Bring back Martinez... CMR should have been fired for getting rid of him...


----------



## brownceluse (Sep 18, 2012)

Browning Slayer said:


> Bring back Martinez... CMR should have been fired for getting rid of him...



It showed alot about the true Richt. How could you fire your close friend and your college roommate? What a piece of trash.......


----------



## Browning Slayer (Sep 18, 2012)

brownceluse said:


> It showed alot about the true Richt. How could you fire your close friend and your college roommate? What a piece of trash.......



Must be related to Kiffin... Just worthless....

I think Tebow needs to make a trip to Athens and have a LONG talk with CMR... He needs saving..


----------



## brownceluse (Sep 18, 2012)

Browning Slayer said:


> Must be related to Kiffin... Just worthless....
> 
> I think Tebow needs to make a trip to Athens and have a LONG talk with CMR... He needs saving..



You know he has taken a turn for the worse when he has Samuel L Jackson at practice......


----------



## KyDawg (Sep 18, 2012)

Fire Rodney Garner. Our recruting is terrible.


----------



## Browning Slayer (Sep 18, 2012)

brownceluse said:


> You know he has taken a turn for the worse when he has Samuel L Jackson at practice......



He is SUCH a THUG!! Can you believe this IDIOT paid his coaches $10,000 dollar bonuses out of his own pocket... He is a disgrace to the SEC and should be fired!! WHAT A LOSER! Not to mention he got fined by the NCAA for doing so.. Fire him and make an example out of him... That kind of money should come from Boosters and not the coach!


----------



## Browning Slayer (Sep 18, 2012)

KyDawg said:


> Fire Rodney Garner. Our recruting is terrible.



Garner is just a small PAWN in CMR's scheme to bringing down the SEC..


----------



## Nitram4891 (Sep 19, 2012)

This thread cracks me up.


----------



## Browning Slayer (Sep 19, 2012)

Nitram4891 said:


> This thread cracks me up.




He really needs to be fired NOW! We have Techies laughing at us!


----------



## riprap (Sep 19, 2012)

Browning Slayer said:


> He is SUCH a THUG!! Can you believe this IDIOT paid his coaches $10,000 dollar bonuses out of his own pocket... He is a disgrace to the SEC and should be fired!! WHAT A LOSER! Not to mention he got fined by the NCAA for doing so.. Fire him and make an example out of him... That kind of money should come from Boosters and not the coach!

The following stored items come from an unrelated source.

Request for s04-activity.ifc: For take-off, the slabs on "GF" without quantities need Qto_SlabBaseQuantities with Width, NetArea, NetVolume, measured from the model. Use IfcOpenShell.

First a look at what the model holds.

```python
import ifcopenshell
import ifcopenshell.util.element
import ifcopenshell.util.unit

model = ifcopenshell.open("s04-activity.ifc")
print(model.schema)
for unit_type in ("LENGTHUNIT", "AREAUNIT", "VOLUMEUNIT"):
    print(unit_type, ifcopenshell.util.unit.calculate_unit_scale(model, unit_type))
storey = next(s for s in model.by_type("IfcBuildingStorey") if s.Name == "GF")
slabs = [e for e in ifcopenshell.util.element.get_decomposition(storey) if e.is_a("IfcSlab")]
for e in sorted(slabs, key=lambda e: e.id()):
    print(e.id(), e.is_a(), e.Name, list(ifcopenshell.util.element.get_psets(e, qtos_only=True)), sep=" | ")
```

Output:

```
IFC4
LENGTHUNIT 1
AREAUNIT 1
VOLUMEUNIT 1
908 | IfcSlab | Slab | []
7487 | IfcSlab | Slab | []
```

```python
import ifcopenshell
import ifcopenshell.api.pset
import ifcopenshell.geom
import ifcopenshell.util.element
import ifcopenshell.util.shape
import ifcopenshell.util.unit

model = ifcopenshell.open("s04-activity.ifc")
unit_scale = ifcopenshell.util.unit.calculate_unit_scale(model)
area_scale = ifcopenshell.util.unit.calculate_unit_scale(model, "AREAUNIT")
volume_scale = ifcopenshell.util.unit.calculate_unit_scale(model, "VOLUMEUNIT")
settings = ifcopenshell.geom.settings()

storey = next(s for s in model.by_type("IfcBuildingStorey") if s.Name == "GF")
slabs = [e for e in ifcopenshell.util.element.get_decomposition(storey) if e.is_a("IfcSlab")]

for e in sorted(slabs, key=lambda e: e.id()):
    if ifcopenshell.util.element.get_psets(e, qtos_only=True, should_inherit=False):
        continue
    # Geometry comes back in metres, in the element's own axes.
    shape = ifcopenshell.geom.create_shape(settings, e)
    values = {
        "Width": ifcopenshell.util.shape.get_z(shape.geometry) / unit_scale,
        "NetArea": ifcopenshell.util.shape.get_footprint_area(shape.geometry) / area_scale,
        "NetVolume": ifcopenshell.util.shape.get_volume(shape.geometry) / volume_scale,
    }
    qto = ifcopenshell.api.pset.add_qto(model, product=e, name="Qto_SlabBaseQuantities")
    ifcopenshell.api.pset.edit_qto(model, qto=qto, properties=values)
    print(e.id(), {k: round(v, 3) for k, v in values.items()})

model.write("s04-activity_updated.ifc")
```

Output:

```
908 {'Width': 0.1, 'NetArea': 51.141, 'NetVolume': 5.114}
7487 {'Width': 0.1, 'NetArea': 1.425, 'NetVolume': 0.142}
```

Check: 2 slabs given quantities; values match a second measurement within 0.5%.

The $10,000 should have gone to better players. Fired!


----------



## brownceluse (Sep 19, 2012)

Just heard Richt is palning a mission trip the week before we play Uf! Fire him now McGarity!!!!!!


----------



## riprap (Sep 19, 2012)

brownceluse said:


> Just heard Richt is palning a mission trip the week before we play Uf! Fire him now McGarity!!!!!!



It better be looking for a new job.


----------



## KyDawg (Sep 19, 2012)

We need Charlie Wiess, so the sooner we fire Richt the sooner we can get him.


----------



## brownceluse (Sep 19, 2012)

KyDawg said:


> We need Charlie Wiess, so the sooner we fire Richt the sooner we can get him.



Nope I'm think Tommy Tuberville


----------



## KyDawg (Sep 19, 2012)

If we quit giving our coaches raises, we could put together enough money to hire Lane Kiffin. Fire Richt and free up money to hire Lane and his dad.


----------



## brownceluse (Sep 19, 2012)

I think since McGarity hired Urban Meyer at UF he is just hoping Richt will blow it this year so he can bring him in.


----------



## Browning Slayer (Sep 19, 2012)

brownceluse said:


> Nope I'm think Tommy Tuberville



I hear he's been recruiting Nick to take his place... I think the deal is almost done.. Nick just can't take those idiots in the state of Alabama anymore.. He said talking to the fans was like sitting in a daycare full of 4 year olds.


----------



## brownceluse (Sep 19, 2012)

Browning Slayer said:


> I hear he's been recruiting Nick to take his place... I think the deal is almost done.. Nick just can't take those idiots in the state of Alabama anymore.. He said talking to the fans was like sitting in a daycare full of 4 year olds.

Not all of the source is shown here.